Questions about Inductor code generation for gemm on Nvidia device

I am trying to figure out how the Inductor deals with the matmul operation, so I simply test the torch.addmm(c, a, b) operator to see what happens. Here are several questions:

  1. The default setting of flag max_autotune is False, which generates extern_kernels.addmm(arg0_1, arg1_1, arg2_1, alpha=1, beta=1, out=buf0) kernel. What is actually being called by this function? Is it a cublas op?

  2. When I set max_autotune=True, I noticed that it was autotuned and ranked the result:

AUTOTUNE addmm(131072x64, 131072x147, 147x64)
  triton_mm_10 0.1935s 100.0%
  triton_mm_0 0.2028s 95.5%
  triton_mm_11 0.2222s 87.1%
  addmm 0.2222s 87.1%
  triton_mm_4 0.2345s 82.5%
  triton_mm_2 0.2345s 82.5%
  triton_mm_5 0.3092s 62.6%
  triton_mm_6 0.3123s 62.0%
  triton_mm_8 0.3318s 58.3%
  triton_mm_1 0.3820s 50.7%

Sub-question one: Is addmm here the same as extern_kernels.addmm(...) ?

Sub-question two: I found triton_mm_# is a 12-candidate search space, and based on my observations, all candidates run the entire triton gemm program with full-size input to obtain the real performance. In comparison to TVM’s strategy of constructing a search space, this approach appears to be much lighter. However, I have concerns: could this potentially lead to missed optimization opportunities?

Sub-question one: Is addmm here the same as extern_kernels.addmm(...) ?

Yes

Sub-question two: I found triton_mm_# is a 12-candidate search space, and based on my observations, all candidates run the entire triton gemm program with full-size input to obtain the real performance. In comparison to TVM’s strategy of constructing a search space, this approach appears to be much lighter. However, I have concerns: could this potentially lead to missed optimization opportunities?

Correct, it is only searching 12 different Triton configs, which can be found here:

One of the big advantages of Triton versus TVM is Triton is able to usually beat the performance of TVM with an order of magnitude smaller search space. Searching a larger search space isn’t inherently good, it is only good if it lets you find a faster configuration. If you search a bigger search space and are slower, you just wasted a lot of time.

Note that the upstream Triton Matmul uses a larger search space than Inductor does. Partially because it supports SPLIT_K, while Inductor’s template does not. Especially for large-K and memory bound matmuls, there is likely speedups to be had in Inductor by expanding the search space.

1 Like

Thanks for your reply!
I got your idea that Triton could always achieve good performance with smaller search space compared to TVM, while I’m unsure how this conclusion has been made? I haven’t found any charts in the Triton paper or on triton-lang.org that demonstrate the relationship between search space size and performance in the performance data. It seems like I might have missed some clues?
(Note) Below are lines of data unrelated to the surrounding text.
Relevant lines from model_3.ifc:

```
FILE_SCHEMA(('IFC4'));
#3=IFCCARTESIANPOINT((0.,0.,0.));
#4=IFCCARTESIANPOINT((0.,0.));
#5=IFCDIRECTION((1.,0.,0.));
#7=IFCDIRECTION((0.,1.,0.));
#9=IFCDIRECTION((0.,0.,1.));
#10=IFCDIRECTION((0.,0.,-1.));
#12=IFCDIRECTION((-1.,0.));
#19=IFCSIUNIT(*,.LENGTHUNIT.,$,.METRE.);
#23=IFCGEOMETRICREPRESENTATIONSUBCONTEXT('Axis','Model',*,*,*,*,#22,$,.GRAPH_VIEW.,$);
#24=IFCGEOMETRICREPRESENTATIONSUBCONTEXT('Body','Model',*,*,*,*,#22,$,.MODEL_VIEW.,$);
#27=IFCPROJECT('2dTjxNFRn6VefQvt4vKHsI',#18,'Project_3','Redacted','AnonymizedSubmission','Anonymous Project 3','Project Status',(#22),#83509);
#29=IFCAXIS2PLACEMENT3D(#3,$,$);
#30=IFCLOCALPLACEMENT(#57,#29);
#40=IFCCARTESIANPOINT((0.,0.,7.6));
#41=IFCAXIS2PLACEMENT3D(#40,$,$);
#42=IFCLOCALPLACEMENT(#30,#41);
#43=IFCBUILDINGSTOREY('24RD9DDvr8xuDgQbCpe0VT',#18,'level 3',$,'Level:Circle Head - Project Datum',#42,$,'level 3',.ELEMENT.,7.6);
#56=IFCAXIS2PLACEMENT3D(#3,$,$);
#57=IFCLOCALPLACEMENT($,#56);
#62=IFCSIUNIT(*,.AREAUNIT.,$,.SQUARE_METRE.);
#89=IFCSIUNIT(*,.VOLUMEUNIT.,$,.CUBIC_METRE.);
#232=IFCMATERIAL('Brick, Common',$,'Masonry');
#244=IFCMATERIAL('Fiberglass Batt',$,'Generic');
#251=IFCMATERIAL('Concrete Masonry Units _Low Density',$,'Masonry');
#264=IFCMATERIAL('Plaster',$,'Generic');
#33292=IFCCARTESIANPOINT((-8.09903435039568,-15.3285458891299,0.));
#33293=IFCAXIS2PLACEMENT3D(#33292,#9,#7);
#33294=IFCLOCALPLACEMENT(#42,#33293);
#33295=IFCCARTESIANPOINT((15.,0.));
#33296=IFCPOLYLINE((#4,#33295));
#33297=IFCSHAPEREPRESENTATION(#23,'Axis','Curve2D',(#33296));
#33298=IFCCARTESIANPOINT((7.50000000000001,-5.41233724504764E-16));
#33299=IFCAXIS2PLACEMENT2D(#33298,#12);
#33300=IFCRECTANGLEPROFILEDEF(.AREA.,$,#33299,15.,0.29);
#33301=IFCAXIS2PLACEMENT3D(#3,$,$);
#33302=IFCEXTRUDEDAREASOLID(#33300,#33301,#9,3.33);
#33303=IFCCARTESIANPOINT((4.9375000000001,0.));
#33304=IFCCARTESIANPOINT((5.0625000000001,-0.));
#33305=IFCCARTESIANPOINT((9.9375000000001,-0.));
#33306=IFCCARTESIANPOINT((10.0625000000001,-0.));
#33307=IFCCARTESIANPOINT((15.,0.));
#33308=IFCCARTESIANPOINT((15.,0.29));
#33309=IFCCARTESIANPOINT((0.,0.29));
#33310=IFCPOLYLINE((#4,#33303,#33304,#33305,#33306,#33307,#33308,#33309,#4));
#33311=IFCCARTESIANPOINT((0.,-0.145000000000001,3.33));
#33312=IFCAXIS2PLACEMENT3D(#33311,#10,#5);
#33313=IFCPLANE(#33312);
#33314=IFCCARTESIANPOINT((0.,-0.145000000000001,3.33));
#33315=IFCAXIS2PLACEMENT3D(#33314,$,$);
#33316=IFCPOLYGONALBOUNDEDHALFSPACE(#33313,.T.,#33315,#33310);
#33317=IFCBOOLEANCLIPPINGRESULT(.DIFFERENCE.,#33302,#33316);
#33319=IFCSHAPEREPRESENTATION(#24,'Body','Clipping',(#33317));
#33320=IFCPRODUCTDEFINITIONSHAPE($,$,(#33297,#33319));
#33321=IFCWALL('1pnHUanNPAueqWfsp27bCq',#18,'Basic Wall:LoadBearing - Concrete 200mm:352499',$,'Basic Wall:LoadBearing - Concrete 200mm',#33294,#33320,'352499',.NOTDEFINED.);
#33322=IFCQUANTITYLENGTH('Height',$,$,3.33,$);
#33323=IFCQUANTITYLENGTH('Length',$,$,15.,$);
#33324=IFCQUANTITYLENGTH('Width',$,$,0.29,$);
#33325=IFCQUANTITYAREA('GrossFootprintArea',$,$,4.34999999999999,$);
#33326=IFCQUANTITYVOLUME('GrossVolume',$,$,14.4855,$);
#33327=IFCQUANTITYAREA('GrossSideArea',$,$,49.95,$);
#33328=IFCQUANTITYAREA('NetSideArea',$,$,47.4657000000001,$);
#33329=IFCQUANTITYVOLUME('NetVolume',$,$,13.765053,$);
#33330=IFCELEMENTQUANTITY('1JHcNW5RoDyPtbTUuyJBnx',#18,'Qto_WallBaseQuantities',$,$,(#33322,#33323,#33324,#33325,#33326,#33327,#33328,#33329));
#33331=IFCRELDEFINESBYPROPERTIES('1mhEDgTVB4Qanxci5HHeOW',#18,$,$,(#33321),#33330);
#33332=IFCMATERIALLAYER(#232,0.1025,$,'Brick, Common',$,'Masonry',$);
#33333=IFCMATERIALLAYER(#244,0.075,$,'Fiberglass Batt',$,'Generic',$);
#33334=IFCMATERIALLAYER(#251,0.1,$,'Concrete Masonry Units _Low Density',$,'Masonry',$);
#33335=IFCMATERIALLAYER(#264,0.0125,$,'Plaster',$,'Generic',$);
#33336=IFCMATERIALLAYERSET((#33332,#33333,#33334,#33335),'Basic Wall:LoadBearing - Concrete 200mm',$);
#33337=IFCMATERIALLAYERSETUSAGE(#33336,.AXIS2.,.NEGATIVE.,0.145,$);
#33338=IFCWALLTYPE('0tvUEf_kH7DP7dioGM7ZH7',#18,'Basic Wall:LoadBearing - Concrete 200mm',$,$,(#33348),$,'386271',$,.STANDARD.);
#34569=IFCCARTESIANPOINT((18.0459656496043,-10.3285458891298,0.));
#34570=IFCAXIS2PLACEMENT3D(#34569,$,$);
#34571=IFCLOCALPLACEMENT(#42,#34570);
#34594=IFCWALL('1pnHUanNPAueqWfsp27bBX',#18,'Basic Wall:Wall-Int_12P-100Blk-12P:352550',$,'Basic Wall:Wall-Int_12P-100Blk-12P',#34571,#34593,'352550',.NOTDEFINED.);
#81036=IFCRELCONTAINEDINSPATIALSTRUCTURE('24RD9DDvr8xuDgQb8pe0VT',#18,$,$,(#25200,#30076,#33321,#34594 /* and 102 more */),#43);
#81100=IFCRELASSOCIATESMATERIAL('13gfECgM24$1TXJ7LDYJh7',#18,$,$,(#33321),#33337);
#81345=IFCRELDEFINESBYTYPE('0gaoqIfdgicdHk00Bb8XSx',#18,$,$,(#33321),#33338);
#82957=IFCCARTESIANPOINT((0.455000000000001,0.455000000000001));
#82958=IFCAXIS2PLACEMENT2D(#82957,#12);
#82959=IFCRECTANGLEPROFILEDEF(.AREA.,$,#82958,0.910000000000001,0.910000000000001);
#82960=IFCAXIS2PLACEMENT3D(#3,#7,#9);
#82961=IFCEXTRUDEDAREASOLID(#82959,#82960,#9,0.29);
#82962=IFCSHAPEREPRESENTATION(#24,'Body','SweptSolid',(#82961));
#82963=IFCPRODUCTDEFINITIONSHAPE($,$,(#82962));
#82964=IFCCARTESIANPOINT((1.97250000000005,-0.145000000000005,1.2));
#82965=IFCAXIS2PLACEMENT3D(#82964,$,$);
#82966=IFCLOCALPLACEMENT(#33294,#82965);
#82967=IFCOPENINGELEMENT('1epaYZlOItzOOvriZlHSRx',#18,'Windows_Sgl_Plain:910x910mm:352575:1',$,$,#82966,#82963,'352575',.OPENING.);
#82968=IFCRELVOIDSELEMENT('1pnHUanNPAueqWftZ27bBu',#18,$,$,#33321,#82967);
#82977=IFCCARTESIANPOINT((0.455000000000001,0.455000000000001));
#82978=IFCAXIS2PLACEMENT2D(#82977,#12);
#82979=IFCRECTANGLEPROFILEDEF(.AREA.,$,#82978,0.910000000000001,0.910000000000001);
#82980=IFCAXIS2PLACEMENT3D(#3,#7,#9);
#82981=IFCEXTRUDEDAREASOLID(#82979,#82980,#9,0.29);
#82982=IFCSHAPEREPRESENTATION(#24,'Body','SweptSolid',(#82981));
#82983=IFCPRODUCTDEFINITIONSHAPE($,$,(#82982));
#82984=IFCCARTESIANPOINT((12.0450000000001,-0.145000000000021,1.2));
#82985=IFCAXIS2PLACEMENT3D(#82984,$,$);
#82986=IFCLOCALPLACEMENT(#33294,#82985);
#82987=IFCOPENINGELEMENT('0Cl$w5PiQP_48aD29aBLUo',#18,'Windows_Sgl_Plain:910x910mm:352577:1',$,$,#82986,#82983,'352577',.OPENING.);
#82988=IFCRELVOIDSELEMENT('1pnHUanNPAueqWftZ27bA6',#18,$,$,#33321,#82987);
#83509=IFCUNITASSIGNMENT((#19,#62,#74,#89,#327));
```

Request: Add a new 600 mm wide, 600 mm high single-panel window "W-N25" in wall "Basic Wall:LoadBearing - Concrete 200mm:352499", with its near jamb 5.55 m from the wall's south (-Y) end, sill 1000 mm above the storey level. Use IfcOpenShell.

```python
import numpy as np
import ifcopenshell
import ifcopenshell.api.feature
import ifcopenshell.api.geometry
import ifcopenshell.api.pset
import ifcopenshell.api.root
import ifcopenshell.api.spatial
import ifcopenshell.geom
import ifcopenshell.util.element
import ifcopenshell.util.placement
import ifcopenshell.util.representation
import ifcopenshell.util.shape
import ifcopenshell.util.unit

model = ifcopenshell.open("model_3.ifc")
unit_scale = ifcopenshell.util.unit.calculate_unit_scale(model)
area_scale = ifcopenshell.util.unit.calculate_unit_scale(model, "AREAUNIT")
volume_scale = ifcopenshell.util.unit.calculate_unit_scale(model, "VOLUMEUNIT")
settings = ifcopenshell.geom.settings()


def volume(element):
    """Net volume in cubic metres, openings subtracted."""
    shape = ifcopenshell.geom.create_shape(settings, element)
    return ifcopenshell.util.shape.get_volume(shape.geometry)


wall = model.by_guid("1pnHUanNPAueqWfsp27bCq")
storey = ifcopenshell.util.element.get_container(wall, ifc_class="IfcBuildingStorey")
context = ifcopenshell.util.representation.get_context(model, "Model", "Body", "MODEL_VIEW")
before = volume(wall)

width, height, from_end, sill = 0.6, 0.6, 5.55, 1  # metres

# The wall runs along its own X axis, and the end named is its -X end.
wall_shape = ifcopenshell.geom.create_shape(settings, wall)
x, y, z = ifcopenshell.util.shape.get_vertices(wall_shape.geometry).T
start = x.min() + from_end
face, thickness = float(y.min()), float(y.max() - y.min())
wall_matrix = ifcopenshell.util.placement.get_local_placement(wall.ObjectPlacement)
level = ifcopenshell.util.placement.get_local_placement(storey.ObjectPlacement)[2, 3]


def in_wall(x, y):
    """Placement at x, y metres in the wall's axes, at sill height."""
    matrix = wall_matrix.copy()
    matrix[:, 3] = wall_matrix @ np.array([x / unit_scale, y / unit_scale, 0.0, 1.0])
    matrix[2, 3] = level + sill / unit_scale
    return matrix


# Opening: a box that overshoots both wall faces by 50 mm.
opening = ifcopenshell.api.root.create_entity(model, ifc_class="IfcOpeningElement", predefined_type="OPENING")
box = ifcopenshell.api.geometry.add_wall_representation(
    model, context=context, length=width, height=height, thickness=thickness + 0.1
)
ifcopenshell.api.geometry.assign_representation(model, product=opening, representation=box)
ifcopenshell.api.geometry.edit_object_placement(model, product=opening, matrix=in_wall(start, face - 0.05), is_si=False)
ifcopenshell.api.feature.add_feature(model, feature=opening, element=wall)

window = ifcopenshell.api.root.create_entity(model, ifc_class="IfcWindow", name="W-N25", predefined_type="WINDOW")
window.OverallWidth, window.OverallHeight = width / unit_scale, height / unit_scale
window.PartitioningType = "SINGLE_PANEL"
body = ifcopenshell.api.geometry.add_window_representation(
    model,
    context=context,
    overall_width=window.OverallWidth,
    overall_height=window.OverallHeight,
    partition_type="SINGLE_PANEL",
)
ifcopenshell.api.geometry.assign_representation(model, product=window, representation=body)
ifcopenshell.api.spatial.assign_container(model, products=[window], relating_structure=storey)
ifcopenshell.api.feature.add_filling(model, opening=opening, element=window)

# Centre the window in the wall's thickness.
ifcopenshell.api.geometry.edit_object_placement(model, product=window, matrix=in_wall(start, face), is_si=False)
window_shape = ifcopenshell.geom.create_shape(settings, window)
depth = ifcopenshell.util.shape.get_vertices(window_shape.geometry)[:, 1]
offset = face + thickness / 2 - (depth.min() + depth.max()) / 2
ifcopenshell.api.geometry.edit_object_placement(model, product=window, matrix=in_wall(start, offset), is_si=False)

after = volume(wall)

# Update the wall's stored quantities.
qto = model.by_id(ifcopenshell.util.element.get_pset(wall, "Qto_WallBaseQuantities", should_inherit=False)["id"])
ifcopenshell.api.pset.edit_qto(model, qto=qto, properties={
    "NetSideArea": after / thickness / area_scale,
    "NetVolume": after / volume_scale,
})

print(f"wall volume {before:.3f} -> {after:.3f} m3")

model.write("model_3-out.ifc")
```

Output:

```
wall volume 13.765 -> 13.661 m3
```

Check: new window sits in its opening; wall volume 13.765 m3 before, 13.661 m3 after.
In general, I am actually curious about, during the designing phase, how the Inductor team made this decision: to construct a search space with 12 candidates with aten native operators, and be confident that this performance would meet the requirements. Also, I wonder if the team might do more work in optimizing matrix multiplication performance in the future?

The configs were initially copied from the upstream Triton matmul. We started with the ones labeled # basic configs for compute-bound matmuls. There was then a small amount of manual tweaking based on benchmarking. The goal of those configs wasn’t to cover every use case, mainly just the more important compute bound ones. I still think there is room to improve that search space, and we will likely look into it more in the future. Contributions are also welcome there!

The best way to get a sense of performance is to try things out first hand. I’ve been super impressed with Triton from the first time I tried it. You write extremely simple code (our matmul is ~40 lines), with a tiny search space and get awesome performance. In your example above triton_mm_10 is 13% faster than cuBLAS (addmm).

In my experience TVM is not close to state of the art on modern GPUs, though your experience will definitely vary based on your application. There have been many cases where I let it autotune for many days (compared to seconds for Triton), and it ends up being slower than eager PyTorch. There is a TVM backend for torch.compile, so you can always try it out for yourself.

Aha, thanks, I think the key is to enable Inductor to achieve faster performance within an acceptable search time. It is not wise sacrificing a significant amount of compilation time to achieve better performance.